**Exercise details**
I need each line of the entries below that includes the string "IFCSIUNIT".

==== Provided material ====

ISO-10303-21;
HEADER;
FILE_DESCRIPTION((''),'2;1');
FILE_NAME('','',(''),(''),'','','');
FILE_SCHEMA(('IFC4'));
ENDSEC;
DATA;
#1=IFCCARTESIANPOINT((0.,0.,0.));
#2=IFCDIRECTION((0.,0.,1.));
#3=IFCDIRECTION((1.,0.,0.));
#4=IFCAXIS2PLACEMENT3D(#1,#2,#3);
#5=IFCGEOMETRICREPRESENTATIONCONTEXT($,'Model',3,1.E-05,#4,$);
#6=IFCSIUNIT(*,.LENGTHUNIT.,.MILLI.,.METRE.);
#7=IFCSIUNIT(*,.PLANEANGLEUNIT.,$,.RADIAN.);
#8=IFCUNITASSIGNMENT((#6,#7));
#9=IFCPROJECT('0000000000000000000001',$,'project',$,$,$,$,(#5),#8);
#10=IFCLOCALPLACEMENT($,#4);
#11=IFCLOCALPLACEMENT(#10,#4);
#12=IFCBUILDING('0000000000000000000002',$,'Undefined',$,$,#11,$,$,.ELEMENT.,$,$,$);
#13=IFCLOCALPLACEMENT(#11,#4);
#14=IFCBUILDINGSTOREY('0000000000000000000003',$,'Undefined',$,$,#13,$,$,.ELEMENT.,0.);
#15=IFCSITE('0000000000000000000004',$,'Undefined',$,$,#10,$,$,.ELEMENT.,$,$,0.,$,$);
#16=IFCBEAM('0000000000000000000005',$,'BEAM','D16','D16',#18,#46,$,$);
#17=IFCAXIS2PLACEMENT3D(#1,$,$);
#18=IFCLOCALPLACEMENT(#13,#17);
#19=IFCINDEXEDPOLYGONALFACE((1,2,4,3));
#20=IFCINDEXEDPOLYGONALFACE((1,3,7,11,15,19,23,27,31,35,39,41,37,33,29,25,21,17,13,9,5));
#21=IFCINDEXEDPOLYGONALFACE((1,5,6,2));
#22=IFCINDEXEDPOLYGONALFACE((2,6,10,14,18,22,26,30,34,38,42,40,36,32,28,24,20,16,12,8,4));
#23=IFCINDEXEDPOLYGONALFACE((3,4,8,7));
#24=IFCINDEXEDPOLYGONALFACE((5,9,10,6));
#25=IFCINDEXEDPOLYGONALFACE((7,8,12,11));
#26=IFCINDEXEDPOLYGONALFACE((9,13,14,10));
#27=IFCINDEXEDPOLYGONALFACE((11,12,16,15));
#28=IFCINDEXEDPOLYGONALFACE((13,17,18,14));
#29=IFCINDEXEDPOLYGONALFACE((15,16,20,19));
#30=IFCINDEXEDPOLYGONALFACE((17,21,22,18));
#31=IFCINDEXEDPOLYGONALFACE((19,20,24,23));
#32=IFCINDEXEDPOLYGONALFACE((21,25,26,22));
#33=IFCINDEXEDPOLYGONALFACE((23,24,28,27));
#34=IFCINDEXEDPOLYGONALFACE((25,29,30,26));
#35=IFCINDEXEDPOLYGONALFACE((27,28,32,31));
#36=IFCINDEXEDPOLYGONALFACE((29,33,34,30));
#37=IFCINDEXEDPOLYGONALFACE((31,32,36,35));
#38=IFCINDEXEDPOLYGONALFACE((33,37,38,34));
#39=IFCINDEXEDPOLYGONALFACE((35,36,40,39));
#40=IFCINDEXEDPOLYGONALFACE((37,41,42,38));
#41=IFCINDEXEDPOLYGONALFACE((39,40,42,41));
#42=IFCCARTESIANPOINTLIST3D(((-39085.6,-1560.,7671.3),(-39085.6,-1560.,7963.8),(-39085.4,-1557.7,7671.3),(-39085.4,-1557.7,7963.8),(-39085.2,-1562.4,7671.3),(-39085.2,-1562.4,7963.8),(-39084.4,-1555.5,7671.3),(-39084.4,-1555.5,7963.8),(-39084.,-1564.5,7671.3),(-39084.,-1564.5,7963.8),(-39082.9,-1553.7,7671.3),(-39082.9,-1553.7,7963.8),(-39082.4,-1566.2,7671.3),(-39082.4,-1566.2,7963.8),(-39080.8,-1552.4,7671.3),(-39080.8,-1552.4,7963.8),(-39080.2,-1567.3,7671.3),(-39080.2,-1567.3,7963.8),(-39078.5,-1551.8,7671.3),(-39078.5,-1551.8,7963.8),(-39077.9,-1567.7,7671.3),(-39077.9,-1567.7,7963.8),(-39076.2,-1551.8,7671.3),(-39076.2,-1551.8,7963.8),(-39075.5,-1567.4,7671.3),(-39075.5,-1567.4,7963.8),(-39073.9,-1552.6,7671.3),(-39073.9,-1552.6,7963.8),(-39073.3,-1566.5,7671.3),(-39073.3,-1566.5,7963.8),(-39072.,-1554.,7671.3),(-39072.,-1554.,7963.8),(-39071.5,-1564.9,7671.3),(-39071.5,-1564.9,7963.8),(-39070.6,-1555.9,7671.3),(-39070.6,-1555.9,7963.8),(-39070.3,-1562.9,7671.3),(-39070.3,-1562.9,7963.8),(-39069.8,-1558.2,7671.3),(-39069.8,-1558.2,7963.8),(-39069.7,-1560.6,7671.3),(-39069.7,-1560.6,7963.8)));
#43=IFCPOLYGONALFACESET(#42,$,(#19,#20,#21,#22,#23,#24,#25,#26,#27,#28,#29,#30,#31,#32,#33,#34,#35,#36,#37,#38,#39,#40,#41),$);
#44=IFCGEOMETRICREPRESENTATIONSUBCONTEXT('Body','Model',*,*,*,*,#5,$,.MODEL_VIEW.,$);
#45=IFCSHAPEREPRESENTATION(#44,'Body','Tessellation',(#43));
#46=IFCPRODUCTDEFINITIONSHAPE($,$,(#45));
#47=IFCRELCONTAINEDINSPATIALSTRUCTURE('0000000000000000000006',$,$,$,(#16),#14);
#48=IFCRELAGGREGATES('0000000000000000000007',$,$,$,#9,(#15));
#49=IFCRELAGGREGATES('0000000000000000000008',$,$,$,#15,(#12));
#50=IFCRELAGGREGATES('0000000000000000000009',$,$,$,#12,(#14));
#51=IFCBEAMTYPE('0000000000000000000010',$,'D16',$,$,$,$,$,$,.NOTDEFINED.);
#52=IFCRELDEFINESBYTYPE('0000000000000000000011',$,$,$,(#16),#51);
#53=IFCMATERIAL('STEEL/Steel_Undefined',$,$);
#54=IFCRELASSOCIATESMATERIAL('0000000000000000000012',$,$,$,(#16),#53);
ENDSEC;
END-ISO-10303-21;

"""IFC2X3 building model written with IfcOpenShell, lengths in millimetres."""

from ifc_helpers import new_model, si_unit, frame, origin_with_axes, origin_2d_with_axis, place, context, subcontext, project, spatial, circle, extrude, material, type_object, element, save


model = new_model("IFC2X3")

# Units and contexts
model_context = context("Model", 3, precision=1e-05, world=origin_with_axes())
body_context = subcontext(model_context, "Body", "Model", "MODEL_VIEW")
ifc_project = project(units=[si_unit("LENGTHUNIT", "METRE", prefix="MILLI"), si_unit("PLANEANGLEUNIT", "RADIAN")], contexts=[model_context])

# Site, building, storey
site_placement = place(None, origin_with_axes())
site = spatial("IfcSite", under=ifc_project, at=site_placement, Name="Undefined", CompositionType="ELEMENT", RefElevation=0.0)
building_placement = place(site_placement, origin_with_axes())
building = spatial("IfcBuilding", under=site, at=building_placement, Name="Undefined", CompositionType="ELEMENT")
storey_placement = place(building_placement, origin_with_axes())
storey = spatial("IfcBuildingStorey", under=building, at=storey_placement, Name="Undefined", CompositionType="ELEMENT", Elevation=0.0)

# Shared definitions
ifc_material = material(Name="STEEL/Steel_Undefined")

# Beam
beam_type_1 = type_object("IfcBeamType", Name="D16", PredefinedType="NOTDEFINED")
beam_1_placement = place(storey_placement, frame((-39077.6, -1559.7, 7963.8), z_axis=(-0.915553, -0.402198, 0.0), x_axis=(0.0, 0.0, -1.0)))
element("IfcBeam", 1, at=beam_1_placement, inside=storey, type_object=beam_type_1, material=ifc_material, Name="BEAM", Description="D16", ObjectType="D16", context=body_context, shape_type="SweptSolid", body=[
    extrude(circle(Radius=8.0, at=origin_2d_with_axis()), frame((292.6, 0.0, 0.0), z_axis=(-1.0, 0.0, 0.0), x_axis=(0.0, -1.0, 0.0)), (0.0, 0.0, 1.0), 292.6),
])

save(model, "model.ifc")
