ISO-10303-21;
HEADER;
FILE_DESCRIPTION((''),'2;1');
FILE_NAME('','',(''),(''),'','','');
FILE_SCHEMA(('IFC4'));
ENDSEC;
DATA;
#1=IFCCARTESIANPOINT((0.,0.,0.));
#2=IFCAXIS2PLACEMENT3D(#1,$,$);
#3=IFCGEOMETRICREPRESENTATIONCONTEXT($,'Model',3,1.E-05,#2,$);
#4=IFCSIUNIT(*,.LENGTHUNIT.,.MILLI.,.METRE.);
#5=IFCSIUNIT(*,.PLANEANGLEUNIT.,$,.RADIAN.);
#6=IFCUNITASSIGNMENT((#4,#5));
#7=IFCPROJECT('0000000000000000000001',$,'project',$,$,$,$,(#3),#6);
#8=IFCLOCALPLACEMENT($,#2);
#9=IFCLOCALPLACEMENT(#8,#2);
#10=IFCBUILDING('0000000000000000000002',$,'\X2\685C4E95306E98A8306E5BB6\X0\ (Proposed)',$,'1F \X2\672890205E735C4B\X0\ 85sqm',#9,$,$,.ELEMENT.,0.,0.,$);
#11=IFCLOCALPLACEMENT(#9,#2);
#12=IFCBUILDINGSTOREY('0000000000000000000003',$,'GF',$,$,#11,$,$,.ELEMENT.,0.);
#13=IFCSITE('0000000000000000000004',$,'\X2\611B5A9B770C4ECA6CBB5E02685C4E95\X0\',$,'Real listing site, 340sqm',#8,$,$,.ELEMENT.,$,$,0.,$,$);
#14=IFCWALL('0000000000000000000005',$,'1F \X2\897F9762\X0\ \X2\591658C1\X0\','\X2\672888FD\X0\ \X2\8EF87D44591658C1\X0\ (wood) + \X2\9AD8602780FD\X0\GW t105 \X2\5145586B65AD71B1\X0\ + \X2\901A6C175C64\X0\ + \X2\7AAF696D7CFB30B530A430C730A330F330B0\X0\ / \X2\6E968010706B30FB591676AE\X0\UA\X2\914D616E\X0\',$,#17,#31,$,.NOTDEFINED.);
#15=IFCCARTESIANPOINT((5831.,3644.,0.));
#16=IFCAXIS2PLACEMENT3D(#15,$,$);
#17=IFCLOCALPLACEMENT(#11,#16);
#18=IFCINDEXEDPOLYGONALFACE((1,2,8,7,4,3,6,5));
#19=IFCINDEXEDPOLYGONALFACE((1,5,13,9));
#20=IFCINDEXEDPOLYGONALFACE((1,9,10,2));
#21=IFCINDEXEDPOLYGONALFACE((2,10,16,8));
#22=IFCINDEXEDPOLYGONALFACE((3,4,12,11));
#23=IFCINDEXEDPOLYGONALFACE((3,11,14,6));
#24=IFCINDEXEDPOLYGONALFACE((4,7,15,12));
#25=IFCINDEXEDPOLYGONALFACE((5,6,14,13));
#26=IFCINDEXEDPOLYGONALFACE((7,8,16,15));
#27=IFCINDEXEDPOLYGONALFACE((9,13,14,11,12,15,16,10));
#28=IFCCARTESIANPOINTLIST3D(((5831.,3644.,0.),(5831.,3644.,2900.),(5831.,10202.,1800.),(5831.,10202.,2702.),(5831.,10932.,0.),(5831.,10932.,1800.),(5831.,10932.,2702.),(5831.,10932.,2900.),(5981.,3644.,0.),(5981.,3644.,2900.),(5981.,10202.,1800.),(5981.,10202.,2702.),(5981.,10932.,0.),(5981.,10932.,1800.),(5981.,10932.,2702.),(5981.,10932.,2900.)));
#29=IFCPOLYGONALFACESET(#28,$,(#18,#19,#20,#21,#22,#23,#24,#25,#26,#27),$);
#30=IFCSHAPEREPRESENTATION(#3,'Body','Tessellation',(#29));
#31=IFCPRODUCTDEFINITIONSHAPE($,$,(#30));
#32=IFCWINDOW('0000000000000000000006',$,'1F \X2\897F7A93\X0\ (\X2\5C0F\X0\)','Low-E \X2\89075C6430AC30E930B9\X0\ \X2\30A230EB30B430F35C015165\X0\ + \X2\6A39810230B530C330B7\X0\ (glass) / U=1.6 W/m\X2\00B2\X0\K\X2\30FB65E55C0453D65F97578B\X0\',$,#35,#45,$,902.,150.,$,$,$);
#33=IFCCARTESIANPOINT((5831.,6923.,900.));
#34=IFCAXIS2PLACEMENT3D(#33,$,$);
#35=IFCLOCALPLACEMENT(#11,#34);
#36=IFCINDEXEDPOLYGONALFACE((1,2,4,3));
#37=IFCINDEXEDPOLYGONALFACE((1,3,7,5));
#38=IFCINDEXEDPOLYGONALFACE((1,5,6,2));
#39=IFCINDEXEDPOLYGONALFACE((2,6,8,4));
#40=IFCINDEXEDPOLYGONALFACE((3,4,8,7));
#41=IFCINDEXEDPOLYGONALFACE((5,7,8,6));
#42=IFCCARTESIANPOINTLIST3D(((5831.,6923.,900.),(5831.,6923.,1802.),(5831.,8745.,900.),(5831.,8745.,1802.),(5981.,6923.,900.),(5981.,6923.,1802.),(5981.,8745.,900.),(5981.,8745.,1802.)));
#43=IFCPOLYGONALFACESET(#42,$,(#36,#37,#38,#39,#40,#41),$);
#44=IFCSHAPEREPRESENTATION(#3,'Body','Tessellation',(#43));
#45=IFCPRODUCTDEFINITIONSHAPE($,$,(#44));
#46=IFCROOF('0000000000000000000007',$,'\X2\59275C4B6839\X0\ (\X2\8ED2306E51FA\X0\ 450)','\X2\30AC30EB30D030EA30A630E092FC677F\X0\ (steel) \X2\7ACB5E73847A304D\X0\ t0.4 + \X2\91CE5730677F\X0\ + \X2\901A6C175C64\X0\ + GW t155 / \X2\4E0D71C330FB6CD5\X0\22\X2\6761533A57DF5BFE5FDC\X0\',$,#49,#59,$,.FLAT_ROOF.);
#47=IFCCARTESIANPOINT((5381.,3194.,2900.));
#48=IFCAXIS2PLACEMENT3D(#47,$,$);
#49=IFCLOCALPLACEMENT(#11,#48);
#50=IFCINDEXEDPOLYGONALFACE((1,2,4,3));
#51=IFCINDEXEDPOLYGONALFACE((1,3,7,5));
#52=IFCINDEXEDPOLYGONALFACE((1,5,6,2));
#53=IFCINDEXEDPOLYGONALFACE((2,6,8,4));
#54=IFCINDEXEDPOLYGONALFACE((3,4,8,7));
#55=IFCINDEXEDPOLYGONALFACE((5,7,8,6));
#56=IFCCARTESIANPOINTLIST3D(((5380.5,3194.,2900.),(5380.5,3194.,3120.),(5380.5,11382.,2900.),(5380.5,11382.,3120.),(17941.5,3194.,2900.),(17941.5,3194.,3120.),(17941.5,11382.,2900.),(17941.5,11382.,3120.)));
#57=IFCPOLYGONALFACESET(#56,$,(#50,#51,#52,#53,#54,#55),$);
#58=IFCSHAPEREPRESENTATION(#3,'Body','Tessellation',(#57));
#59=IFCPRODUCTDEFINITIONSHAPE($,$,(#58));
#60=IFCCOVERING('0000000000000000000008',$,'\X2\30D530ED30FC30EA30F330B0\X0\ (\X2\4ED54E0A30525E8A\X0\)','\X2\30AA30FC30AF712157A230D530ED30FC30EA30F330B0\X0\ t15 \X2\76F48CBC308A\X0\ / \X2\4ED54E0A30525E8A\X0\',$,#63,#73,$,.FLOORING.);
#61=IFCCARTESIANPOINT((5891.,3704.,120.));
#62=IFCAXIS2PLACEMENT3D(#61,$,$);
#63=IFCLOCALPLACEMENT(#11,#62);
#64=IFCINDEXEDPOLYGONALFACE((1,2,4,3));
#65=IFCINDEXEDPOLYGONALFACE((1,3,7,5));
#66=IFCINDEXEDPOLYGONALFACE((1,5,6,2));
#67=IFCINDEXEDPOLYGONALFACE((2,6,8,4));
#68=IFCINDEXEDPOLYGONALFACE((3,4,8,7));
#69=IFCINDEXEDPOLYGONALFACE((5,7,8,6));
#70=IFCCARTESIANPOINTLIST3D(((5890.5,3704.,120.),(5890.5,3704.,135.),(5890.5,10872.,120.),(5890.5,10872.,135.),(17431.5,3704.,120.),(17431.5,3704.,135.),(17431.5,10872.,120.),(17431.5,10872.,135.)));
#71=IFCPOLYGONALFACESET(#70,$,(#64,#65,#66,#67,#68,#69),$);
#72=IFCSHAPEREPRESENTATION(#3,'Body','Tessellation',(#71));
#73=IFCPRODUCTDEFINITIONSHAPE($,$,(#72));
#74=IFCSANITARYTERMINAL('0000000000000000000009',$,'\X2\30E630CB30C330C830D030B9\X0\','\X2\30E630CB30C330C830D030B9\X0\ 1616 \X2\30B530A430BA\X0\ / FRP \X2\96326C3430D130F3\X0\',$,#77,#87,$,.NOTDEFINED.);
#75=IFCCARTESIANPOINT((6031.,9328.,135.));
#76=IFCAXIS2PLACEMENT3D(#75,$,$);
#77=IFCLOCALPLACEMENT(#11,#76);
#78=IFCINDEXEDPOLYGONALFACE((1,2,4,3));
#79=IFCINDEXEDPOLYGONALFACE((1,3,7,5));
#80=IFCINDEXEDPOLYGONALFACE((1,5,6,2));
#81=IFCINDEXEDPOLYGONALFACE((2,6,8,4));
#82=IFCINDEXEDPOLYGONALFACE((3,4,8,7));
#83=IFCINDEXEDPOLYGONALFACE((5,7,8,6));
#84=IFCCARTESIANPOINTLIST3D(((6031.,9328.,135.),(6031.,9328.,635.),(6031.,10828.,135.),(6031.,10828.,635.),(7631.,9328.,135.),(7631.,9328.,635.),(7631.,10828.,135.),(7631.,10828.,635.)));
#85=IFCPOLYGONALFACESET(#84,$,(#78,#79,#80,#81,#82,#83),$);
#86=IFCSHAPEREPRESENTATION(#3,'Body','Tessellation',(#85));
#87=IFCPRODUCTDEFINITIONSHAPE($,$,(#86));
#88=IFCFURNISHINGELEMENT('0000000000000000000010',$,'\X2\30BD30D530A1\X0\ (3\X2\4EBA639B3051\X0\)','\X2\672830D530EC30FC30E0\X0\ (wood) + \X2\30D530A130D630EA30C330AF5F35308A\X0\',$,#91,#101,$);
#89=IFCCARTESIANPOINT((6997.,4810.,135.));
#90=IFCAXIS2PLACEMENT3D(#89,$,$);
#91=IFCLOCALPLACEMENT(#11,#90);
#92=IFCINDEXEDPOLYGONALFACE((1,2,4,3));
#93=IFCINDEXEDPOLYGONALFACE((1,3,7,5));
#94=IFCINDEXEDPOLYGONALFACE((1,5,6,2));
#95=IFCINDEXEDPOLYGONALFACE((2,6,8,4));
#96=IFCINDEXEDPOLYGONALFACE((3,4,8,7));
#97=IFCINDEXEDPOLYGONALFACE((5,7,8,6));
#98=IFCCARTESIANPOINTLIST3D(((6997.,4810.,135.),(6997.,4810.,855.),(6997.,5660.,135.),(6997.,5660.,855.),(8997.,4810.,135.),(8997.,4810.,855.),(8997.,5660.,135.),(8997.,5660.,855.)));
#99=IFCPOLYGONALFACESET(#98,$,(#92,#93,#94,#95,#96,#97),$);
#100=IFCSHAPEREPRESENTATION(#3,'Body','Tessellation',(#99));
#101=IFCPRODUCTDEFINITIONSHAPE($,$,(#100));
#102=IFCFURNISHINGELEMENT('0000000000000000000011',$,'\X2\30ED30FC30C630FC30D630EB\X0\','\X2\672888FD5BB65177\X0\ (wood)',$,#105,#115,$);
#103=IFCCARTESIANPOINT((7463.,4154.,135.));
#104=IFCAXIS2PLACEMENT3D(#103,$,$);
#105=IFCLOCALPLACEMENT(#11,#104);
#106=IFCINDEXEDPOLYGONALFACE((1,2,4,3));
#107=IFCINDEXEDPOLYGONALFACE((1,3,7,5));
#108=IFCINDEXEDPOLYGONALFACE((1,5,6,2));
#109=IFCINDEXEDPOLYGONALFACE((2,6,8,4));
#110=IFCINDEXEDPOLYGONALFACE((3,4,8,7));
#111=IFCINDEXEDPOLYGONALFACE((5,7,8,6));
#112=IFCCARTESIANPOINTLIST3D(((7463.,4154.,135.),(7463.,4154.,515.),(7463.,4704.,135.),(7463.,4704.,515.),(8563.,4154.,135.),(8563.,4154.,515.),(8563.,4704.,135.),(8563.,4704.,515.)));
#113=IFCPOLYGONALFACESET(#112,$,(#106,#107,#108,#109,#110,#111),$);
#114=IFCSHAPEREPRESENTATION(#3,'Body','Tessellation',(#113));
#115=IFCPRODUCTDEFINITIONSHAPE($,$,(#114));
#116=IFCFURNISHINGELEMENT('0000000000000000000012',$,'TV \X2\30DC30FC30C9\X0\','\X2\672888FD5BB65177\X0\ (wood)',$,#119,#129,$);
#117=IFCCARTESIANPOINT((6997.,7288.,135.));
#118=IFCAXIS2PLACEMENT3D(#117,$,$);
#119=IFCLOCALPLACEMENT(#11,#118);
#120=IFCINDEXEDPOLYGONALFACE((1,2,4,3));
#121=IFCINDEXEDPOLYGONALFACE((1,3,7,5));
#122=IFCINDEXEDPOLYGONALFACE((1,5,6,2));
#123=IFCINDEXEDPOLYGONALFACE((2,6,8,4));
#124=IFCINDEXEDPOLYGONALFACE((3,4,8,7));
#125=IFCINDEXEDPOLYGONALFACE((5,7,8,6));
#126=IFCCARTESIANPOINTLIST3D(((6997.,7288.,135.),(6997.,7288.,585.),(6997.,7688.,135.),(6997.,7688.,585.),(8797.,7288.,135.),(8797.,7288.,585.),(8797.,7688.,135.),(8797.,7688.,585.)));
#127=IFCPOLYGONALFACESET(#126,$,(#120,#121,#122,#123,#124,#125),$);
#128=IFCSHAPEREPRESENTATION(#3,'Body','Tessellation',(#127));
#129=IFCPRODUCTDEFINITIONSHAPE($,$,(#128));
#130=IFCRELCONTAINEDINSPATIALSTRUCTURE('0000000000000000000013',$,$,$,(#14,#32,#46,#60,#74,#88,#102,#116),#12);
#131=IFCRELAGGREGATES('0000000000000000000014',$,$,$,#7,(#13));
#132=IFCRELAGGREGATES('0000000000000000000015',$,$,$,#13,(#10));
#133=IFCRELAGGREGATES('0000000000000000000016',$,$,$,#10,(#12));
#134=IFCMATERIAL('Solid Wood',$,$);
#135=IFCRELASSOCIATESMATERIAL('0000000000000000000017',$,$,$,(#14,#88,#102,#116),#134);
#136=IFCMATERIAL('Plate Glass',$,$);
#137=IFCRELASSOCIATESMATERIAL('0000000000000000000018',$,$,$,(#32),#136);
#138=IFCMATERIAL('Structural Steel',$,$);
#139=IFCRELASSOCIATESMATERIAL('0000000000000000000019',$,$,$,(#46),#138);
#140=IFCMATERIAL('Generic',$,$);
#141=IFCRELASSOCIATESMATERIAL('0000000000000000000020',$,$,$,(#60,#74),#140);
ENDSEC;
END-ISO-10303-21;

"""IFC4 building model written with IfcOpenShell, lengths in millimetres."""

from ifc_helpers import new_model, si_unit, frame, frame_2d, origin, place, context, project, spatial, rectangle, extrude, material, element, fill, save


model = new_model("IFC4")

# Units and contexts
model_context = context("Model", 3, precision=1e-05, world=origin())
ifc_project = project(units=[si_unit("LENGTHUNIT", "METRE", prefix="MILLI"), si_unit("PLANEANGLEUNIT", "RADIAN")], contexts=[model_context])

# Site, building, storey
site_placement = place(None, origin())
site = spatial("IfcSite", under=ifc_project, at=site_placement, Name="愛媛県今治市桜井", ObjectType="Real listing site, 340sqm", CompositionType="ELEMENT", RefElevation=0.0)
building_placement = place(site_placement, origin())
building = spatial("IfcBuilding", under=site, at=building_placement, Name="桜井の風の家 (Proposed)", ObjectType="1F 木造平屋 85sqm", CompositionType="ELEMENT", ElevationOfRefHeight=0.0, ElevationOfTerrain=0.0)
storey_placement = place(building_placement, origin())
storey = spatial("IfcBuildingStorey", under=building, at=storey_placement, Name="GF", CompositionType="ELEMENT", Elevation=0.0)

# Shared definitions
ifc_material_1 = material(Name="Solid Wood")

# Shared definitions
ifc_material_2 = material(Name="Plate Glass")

====

**Response area**
#6=IFCSIUNIT(*,.LENGTHUNIT.,.MILLI.,.METRE.);
#7=IFCSIUNIT(*,.PLANEANGLEUNIT.,$,.RADIAN.);
#4=IFCSIUNIT(*,.LENGTHUNIT.,.MILLI.,.METRE.);
#5=IFCSIUNIT(*,.PLANEANGLEUNIT.,$,.RADIAN.);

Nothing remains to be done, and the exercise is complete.